— TASK STATEMENT —
The lines wanted are those in the data below that include "setdefault".

— THE DATA —
┄┄┄┄┄┄

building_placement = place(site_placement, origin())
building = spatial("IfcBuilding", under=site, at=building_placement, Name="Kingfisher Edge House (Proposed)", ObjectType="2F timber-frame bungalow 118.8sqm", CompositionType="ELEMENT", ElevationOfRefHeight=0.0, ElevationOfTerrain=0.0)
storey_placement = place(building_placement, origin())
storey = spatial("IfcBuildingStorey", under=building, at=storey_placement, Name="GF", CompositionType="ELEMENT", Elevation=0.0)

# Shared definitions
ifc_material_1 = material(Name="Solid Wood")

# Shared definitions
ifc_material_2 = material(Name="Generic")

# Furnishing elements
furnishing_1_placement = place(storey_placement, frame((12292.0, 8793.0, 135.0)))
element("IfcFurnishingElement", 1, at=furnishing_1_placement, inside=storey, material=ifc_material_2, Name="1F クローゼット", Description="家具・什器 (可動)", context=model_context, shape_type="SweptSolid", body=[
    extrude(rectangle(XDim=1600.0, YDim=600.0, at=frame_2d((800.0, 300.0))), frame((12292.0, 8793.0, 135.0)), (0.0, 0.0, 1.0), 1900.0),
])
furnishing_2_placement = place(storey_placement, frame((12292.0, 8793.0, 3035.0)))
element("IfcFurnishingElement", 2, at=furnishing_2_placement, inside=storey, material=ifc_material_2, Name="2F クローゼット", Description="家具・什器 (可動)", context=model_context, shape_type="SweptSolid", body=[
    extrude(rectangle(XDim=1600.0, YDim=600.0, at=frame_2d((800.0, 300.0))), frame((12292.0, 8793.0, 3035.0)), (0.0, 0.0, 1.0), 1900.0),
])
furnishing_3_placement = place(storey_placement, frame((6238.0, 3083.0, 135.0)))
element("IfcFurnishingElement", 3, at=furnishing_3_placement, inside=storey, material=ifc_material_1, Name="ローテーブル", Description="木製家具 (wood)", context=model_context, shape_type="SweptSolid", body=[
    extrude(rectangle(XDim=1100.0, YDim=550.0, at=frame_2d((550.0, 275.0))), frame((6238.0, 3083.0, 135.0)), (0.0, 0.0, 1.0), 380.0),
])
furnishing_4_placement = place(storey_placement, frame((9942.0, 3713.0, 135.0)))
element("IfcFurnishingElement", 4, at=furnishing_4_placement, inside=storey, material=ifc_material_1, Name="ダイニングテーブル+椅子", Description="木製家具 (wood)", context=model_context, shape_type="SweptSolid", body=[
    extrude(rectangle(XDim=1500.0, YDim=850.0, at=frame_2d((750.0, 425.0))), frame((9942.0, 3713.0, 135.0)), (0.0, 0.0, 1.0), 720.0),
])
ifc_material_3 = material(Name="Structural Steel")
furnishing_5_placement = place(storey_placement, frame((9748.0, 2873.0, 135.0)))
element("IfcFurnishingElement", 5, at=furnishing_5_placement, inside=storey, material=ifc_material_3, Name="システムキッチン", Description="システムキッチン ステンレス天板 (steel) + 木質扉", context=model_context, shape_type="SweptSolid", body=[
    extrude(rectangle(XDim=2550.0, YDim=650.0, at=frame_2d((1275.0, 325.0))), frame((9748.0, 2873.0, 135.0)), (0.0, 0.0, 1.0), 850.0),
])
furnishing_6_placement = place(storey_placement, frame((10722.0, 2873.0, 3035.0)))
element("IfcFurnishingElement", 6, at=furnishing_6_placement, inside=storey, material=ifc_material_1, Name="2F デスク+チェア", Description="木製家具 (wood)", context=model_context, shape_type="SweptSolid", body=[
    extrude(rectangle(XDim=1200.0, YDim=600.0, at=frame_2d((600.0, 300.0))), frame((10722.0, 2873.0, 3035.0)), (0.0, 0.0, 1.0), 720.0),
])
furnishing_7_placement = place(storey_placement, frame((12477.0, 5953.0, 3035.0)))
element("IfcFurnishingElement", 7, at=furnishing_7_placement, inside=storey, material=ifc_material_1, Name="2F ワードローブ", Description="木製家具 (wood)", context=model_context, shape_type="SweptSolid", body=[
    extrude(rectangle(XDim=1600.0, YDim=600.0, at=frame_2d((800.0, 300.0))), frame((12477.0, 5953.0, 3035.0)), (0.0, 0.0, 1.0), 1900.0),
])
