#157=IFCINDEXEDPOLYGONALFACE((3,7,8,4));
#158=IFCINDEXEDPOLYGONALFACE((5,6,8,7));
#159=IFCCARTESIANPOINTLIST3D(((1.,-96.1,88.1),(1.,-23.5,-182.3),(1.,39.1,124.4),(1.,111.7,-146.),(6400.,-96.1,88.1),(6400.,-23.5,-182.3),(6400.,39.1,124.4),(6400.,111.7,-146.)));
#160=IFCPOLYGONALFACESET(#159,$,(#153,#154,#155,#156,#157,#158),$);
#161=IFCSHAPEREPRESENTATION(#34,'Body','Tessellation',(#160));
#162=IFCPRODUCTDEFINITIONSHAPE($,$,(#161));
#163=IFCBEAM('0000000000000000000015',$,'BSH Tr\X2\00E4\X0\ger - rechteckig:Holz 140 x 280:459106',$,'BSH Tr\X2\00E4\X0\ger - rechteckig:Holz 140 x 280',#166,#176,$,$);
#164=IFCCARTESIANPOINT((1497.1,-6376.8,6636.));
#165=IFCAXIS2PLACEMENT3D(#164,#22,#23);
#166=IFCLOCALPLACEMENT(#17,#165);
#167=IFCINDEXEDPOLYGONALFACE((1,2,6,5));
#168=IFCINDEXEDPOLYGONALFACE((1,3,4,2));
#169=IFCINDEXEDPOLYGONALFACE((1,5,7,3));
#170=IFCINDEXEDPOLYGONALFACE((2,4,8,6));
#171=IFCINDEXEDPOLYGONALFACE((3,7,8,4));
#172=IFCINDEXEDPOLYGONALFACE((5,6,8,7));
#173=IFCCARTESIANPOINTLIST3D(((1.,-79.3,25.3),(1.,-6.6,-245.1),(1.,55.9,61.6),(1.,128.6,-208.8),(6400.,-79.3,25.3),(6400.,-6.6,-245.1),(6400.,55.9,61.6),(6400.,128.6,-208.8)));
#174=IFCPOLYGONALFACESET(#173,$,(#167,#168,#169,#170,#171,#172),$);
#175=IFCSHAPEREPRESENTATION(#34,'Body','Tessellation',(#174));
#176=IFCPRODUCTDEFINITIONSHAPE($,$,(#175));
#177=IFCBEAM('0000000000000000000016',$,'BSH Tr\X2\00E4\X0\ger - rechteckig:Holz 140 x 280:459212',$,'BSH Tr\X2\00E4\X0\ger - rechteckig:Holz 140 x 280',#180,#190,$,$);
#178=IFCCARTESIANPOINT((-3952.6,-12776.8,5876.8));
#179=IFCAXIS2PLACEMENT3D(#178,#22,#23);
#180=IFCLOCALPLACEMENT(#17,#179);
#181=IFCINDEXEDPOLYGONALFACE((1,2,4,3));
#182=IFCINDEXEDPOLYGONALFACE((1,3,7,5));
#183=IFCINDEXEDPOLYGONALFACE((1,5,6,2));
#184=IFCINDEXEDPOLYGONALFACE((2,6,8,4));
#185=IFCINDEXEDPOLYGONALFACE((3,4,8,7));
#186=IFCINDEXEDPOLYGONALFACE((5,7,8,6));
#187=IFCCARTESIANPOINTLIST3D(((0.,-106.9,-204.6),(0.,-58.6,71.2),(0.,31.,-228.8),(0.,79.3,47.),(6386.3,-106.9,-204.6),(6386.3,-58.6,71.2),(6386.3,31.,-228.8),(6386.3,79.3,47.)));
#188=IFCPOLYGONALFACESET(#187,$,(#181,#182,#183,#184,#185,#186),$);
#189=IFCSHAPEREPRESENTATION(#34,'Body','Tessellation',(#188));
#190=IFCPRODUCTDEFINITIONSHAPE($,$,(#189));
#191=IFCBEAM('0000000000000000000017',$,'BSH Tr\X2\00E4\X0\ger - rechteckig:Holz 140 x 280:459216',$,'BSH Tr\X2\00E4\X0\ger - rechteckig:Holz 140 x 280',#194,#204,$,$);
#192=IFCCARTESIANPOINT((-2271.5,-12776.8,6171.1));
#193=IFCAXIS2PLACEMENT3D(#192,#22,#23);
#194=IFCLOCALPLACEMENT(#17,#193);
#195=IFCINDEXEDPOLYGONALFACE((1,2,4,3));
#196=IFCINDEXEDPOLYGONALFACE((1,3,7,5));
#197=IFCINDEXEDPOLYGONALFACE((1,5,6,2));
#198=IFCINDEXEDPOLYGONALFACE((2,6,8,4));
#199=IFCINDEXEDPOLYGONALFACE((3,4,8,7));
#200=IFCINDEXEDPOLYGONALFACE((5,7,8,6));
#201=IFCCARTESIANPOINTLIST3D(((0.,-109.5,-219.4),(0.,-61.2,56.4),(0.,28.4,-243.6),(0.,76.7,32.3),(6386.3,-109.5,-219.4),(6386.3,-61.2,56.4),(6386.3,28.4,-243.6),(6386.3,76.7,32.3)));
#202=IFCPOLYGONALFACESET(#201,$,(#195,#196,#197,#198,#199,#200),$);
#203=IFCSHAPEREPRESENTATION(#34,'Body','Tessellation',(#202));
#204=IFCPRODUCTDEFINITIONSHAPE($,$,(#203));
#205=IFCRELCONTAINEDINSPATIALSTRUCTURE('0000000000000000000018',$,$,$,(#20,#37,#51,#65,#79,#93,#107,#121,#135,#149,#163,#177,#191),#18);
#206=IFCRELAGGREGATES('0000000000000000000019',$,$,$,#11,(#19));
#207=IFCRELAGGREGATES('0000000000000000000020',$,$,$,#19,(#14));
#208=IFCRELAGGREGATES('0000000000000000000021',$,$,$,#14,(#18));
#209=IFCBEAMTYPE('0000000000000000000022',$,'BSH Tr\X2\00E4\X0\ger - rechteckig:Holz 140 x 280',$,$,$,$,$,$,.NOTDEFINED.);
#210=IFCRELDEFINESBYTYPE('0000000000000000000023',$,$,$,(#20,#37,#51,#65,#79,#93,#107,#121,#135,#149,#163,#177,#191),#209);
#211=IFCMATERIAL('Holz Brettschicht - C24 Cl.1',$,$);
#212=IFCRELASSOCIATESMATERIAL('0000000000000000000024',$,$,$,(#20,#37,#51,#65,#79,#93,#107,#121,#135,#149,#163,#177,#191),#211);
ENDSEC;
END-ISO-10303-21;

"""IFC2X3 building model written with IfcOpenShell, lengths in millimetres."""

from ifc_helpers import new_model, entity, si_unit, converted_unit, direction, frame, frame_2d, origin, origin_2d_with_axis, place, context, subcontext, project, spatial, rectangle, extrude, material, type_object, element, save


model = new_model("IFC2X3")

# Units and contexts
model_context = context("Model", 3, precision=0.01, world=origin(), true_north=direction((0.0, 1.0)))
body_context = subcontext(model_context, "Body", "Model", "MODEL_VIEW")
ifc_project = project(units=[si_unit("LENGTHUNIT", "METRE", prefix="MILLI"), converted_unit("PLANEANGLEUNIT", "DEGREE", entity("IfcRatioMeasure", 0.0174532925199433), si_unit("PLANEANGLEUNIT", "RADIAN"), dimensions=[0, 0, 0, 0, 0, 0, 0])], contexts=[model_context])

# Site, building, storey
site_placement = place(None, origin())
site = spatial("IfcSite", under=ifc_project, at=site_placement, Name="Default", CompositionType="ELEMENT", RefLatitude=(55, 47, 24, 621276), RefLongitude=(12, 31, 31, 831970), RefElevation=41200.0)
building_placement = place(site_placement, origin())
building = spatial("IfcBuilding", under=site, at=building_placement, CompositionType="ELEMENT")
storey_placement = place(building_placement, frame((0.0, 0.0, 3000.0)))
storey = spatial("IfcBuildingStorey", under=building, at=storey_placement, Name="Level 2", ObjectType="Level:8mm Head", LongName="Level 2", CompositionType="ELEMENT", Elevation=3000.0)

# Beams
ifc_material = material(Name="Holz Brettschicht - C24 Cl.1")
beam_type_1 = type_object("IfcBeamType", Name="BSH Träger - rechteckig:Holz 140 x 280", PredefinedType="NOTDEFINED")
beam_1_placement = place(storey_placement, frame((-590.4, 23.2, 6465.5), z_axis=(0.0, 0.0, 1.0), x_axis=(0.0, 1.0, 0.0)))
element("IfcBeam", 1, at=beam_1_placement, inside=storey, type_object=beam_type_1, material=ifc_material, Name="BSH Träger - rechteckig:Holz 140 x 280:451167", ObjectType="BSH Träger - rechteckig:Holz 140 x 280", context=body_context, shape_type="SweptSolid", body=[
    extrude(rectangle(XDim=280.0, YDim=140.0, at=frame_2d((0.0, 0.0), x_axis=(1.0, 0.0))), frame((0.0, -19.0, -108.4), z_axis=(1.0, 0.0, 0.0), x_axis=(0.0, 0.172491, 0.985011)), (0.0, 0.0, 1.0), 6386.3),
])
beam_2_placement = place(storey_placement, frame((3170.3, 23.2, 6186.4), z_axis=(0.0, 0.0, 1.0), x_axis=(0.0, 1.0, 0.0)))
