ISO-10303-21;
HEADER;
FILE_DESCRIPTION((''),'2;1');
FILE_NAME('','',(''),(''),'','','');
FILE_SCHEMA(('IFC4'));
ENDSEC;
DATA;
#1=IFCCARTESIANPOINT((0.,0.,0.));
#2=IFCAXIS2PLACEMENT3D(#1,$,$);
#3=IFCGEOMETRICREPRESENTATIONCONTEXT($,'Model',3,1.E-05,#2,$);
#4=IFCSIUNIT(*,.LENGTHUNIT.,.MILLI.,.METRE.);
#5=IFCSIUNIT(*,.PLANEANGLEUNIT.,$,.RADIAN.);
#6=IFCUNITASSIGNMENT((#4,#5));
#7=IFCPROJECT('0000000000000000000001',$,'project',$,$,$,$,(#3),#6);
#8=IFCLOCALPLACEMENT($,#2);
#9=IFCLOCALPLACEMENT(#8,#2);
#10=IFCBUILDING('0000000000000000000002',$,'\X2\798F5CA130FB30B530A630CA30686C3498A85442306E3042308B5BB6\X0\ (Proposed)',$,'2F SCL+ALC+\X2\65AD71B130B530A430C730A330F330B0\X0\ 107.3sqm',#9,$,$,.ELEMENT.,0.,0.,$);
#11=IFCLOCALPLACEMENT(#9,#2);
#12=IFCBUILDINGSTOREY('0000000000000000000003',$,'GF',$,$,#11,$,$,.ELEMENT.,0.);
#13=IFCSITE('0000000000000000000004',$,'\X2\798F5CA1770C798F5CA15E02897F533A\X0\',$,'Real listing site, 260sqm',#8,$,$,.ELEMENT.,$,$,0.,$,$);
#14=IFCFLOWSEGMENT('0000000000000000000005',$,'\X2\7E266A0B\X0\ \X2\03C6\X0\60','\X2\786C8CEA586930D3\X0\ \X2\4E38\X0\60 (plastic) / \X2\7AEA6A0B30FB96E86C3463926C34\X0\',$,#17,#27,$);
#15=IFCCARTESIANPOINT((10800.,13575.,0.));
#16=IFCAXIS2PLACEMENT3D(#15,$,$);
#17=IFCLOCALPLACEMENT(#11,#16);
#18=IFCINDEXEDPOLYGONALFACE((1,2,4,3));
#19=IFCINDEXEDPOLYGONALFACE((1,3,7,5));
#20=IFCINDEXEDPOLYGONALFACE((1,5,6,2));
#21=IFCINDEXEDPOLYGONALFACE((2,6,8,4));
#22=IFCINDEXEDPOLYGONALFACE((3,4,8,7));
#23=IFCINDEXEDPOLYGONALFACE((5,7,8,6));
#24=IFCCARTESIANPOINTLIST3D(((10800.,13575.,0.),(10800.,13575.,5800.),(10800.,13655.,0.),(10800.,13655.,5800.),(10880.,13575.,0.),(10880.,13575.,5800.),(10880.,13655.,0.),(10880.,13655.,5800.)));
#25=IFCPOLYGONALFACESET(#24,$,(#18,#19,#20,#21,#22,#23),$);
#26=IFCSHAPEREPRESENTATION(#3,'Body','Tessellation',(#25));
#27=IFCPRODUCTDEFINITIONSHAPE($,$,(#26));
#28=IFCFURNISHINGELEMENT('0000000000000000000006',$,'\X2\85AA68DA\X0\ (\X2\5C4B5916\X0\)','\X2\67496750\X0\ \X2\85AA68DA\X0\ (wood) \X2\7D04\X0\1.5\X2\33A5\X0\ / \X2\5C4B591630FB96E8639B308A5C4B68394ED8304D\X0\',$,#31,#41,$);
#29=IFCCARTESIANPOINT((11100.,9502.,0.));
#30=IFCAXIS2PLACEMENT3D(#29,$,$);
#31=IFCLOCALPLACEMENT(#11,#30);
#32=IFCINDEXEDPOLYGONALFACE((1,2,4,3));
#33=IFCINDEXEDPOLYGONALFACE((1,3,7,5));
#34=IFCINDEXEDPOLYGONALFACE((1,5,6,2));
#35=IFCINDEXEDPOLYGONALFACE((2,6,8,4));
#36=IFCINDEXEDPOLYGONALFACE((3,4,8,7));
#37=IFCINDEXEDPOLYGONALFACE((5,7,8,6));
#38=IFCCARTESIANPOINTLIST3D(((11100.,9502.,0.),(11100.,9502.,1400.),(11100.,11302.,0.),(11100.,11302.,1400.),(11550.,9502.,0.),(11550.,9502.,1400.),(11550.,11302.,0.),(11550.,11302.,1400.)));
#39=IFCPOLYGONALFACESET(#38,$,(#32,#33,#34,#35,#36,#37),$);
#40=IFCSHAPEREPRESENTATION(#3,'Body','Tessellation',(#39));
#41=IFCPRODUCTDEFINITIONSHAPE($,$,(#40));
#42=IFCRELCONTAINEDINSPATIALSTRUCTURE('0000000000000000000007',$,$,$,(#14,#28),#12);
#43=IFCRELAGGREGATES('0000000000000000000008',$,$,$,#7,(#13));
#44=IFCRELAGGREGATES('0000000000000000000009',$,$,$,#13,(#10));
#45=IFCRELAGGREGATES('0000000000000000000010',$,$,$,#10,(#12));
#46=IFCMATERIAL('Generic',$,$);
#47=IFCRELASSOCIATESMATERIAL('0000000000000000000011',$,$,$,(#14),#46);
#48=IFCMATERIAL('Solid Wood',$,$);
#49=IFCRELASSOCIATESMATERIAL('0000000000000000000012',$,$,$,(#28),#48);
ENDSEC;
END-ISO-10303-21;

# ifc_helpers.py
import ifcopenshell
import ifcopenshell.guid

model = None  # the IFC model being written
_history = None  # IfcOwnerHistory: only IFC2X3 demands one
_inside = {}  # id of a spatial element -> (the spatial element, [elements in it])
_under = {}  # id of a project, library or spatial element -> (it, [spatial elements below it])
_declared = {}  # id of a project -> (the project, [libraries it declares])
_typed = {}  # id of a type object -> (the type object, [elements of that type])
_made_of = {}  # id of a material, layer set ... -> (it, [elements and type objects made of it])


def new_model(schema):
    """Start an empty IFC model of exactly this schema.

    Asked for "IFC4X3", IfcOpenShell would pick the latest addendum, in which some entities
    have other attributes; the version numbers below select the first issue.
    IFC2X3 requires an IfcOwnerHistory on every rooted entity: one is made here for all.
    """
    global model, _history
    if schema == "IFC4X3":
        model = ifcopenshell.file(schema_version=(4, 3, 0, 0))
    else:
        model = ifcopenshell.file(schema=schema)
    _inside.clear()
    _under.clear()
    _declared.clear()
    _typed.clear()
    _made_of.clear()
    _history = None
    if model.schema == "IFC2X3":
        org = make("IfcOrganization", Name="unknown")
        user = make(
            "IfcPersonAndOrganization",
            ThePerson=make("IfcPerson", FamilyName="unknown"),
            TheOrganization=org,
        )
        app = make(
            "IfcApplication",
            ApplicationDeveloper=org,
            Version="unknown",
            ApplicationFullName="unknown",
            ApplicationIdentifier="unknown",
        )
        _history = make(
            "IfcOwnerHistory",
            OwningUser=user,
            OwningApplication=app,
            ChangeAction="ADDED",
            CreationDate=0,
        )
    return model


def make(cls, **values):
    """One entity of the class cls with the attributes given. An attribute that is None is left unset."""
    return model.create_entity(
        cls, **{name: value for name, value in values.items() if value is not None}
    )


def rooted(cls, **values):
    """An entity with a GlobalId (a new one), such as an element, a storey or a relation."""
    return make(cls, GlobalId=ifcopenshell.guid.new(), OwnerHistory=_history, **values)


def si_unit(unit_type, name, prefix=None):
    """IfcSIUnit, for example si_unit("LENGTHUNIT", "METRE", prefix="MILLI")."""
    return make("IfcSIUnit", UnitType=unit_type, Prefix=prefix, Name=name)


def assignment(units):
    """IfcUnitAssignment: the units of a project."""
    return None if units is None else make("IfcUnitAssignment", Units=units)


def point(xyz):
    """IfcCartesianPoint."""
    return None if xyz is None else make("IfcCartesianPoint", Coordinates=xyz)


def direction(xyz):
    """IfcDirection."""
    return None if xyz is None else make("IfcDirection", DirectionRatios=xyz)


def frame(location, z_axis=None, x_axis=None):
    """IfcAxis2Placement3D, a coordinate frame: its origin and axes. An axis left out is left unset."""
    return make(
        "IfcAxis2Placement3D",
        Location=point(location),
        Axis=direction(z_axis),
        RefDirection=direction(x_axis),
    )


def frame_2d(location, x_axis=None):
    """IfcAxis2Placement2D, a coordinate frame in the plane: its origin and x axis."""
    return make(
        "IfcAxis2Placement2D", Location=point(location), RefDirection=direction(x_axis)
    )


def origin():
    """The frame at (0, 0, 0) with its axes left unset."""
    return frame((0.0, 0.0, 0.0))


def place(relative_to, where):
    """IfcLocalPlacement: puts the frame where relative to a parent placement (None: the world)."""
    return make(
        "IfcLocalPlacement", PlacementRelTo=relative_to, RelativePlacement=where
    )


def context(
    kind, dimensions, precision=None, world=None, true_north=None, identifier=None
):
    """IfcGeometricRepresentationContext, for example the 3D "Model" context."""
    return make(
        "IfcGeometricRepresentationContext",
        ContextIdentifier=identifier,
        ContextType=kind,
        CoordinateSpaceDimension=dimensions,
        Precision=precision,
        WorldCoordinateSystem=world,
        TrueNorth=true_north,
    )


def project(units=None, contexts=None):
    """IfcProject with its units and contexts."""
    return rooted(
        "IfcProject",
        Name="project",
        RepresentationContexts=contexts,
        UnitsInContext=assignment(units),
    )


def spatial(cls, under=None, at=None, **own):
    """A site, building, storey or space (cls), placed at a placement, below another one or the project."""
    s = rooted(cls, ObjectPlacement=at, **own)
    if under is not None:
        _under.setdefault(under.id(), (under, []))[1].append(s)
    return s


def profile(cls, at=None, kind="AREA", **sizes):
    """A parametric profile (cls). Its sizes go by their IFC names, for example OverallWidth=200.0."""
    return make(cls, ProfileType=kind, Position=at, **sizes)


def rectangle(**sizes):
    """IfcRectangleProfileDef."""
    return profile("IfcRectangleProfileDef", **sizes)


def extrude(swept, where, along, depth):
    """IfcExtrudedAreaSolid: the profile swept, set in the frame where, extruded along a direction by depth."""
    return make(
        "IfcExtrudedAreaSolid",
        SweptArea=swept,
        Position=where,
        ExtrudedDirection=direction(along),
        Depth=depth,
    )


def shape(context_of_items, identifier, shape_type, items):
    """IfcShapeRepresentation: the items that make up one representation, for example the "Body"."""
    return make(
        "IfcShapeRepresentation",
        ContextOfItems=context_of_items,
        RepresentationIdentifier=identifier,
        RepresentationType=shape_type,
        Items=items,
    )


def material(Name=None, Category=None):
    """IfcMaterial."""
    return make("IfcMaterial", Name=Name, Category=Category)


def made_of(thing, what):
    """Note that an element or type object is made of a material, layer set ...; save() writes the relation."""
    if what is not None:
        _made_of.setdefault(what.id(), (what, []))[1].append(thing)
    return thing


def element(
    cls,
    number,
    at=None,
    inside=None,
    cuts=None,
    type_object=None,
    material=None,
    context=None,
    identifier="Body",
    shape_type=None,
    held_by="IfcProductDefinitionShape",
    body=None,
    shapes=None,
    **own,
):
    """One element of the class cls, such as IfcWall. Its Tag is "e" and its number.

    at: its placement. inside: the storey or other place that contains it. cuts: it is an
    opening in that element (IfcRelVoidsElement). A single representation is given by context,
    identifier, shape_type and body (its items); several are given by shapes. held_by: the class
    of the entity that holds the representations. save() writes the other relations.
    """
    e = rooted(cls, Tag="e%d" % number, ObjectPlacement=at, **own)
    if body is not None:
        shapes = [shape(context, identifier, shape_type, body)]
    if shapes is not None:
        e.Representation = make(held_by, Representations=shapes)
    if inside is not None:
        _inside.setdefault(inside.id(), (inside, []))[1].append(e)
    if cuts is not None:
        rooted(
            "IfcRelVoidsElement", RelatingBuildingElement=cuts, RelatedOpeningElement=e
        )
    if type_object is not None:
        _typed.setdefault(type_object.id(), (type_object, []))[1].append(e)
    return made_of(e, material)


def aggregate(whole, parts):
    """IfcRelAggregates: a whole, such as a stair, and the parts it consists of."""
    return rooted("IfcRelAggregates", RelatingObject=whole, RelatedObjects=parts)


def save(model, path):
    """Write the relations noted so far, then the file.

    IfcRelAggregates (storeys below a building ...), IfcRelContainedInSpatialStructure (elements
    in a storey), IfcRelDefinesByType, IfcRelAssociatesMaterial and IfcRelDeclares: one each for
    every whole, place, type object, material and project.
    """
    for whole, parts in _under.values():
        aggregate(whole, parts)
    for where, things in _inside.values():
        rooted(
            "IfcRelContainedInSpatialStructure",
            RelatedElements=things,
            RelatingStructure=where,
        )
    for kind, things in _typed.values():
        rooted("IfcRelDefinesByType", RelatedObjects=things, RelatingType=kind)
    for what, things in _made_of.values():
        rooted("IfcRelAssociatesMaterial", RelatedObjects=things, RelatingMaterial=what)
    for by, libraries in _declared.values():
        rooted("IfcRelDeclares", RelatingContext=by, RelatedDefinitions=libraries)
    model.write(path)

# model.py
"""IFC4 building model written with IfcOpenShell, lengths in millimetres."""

from ifc_helpers import new_model, si_unit, frame, frame_2d, origin, place, context, project, spatial, rectangle, extrude, material, element, save


model = new_model("IFC4")

# Units and contexts
model_context = context("Model", 3, precision=1e-05, world=origin())
ifc_project = project(units=[si_unit("LENGTHUNIT", "METRE", prefix="MILLI"), si_unit("PLANEANGLEUNIT", "RADIAN")], contexts=[model_context])

# Site, building, storey
site_placement = place(None, origin())
site = spatial("IfcSite", under=ifc_project, at=site_placement, Name="福岡県福岡市西区", ObjectType="Real listing site, 260sqm", CompositionType="ELEMENT", RefElevation=0.0)
building_placement = place(site_placement, origin())
building = spatial("IfcBuilding", under=site, at=building_placement, Name="福岡・サウナと水風呂のある家 (Proposed)", ObjectType="2F SCL+ALC+断熱サイディング 107.3sqm", CompositionType="ELEMENT", ElevationOfRefHeight=0.0, ElevationOfTerrain=0.0)
storey_placement = place(building_placement, origin())
storey = spatial("IfcBuildingStorey", under=building, at=storey_placement, Name="GF", CompositionType="ELEMENT", Elevation=0.0)

# Shared definitions
ifc_material_1 = material(Name="Solid Wood")

# Flow segment
ifc_material_2 = material(Name="Generic")
flow_segment_placement = place(storey_placement, frame((10800.0, 13575.0, 0.0)))
element("IfcFlowSegment", 1, at=flow_segment_placement, inside=storey, material=ifc_material_2, Name="縦樋 φ60", Description="硬質塩ビ 丸60 (plastic) / 竪樋・雨水排水", context=model_context, shape_type="SweptSolid", body=[
    extrude(rectangle(XDim=80.0, YDim=80.0, at=frame_2d((40.0, 40.0))), frame((10800.0, 13575.0, 0.0)), (0.0, 0.0, 1.0), 5800.0),
])

# Furnishing element
furnishing_placement = place(storey_placement, frame((11100.0, 9502.0, 0.0)))
element("IfcFurnishingElement", 2, at=furnishing_placement, inside=storey, material=ifc_material_1, Name="薪棚 (屋外)", Description="杉材 薪棚 (wood) 約1.5㎥ / 屋外・雨掛り屋根付き", context=model_context, shape_type="SweptSolid", body=[
    extrude(rectangle(XDim=450.0, YDim=1800.0, at=frame_2d((225.0, 900.0))), frame((11100.0, 9502.0, 0.0)), (0.0, 0.0, 1.0), 1400.0),
])

save(model, "model.ifc")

┄┄┄┄┄┄

— RESULT FOR THIS EXERCISE —
        _under.setdefault(under.id(), (under, []))[1].append(s)
        _made_of.setdefault(what.id(), (what, []))[1].append(thing)
        _inside.setdefault(inside.id(), (inside, []))[1].append(e)
        _typed.setdefault(type_object.id(), (type_object, []))[1].append(e)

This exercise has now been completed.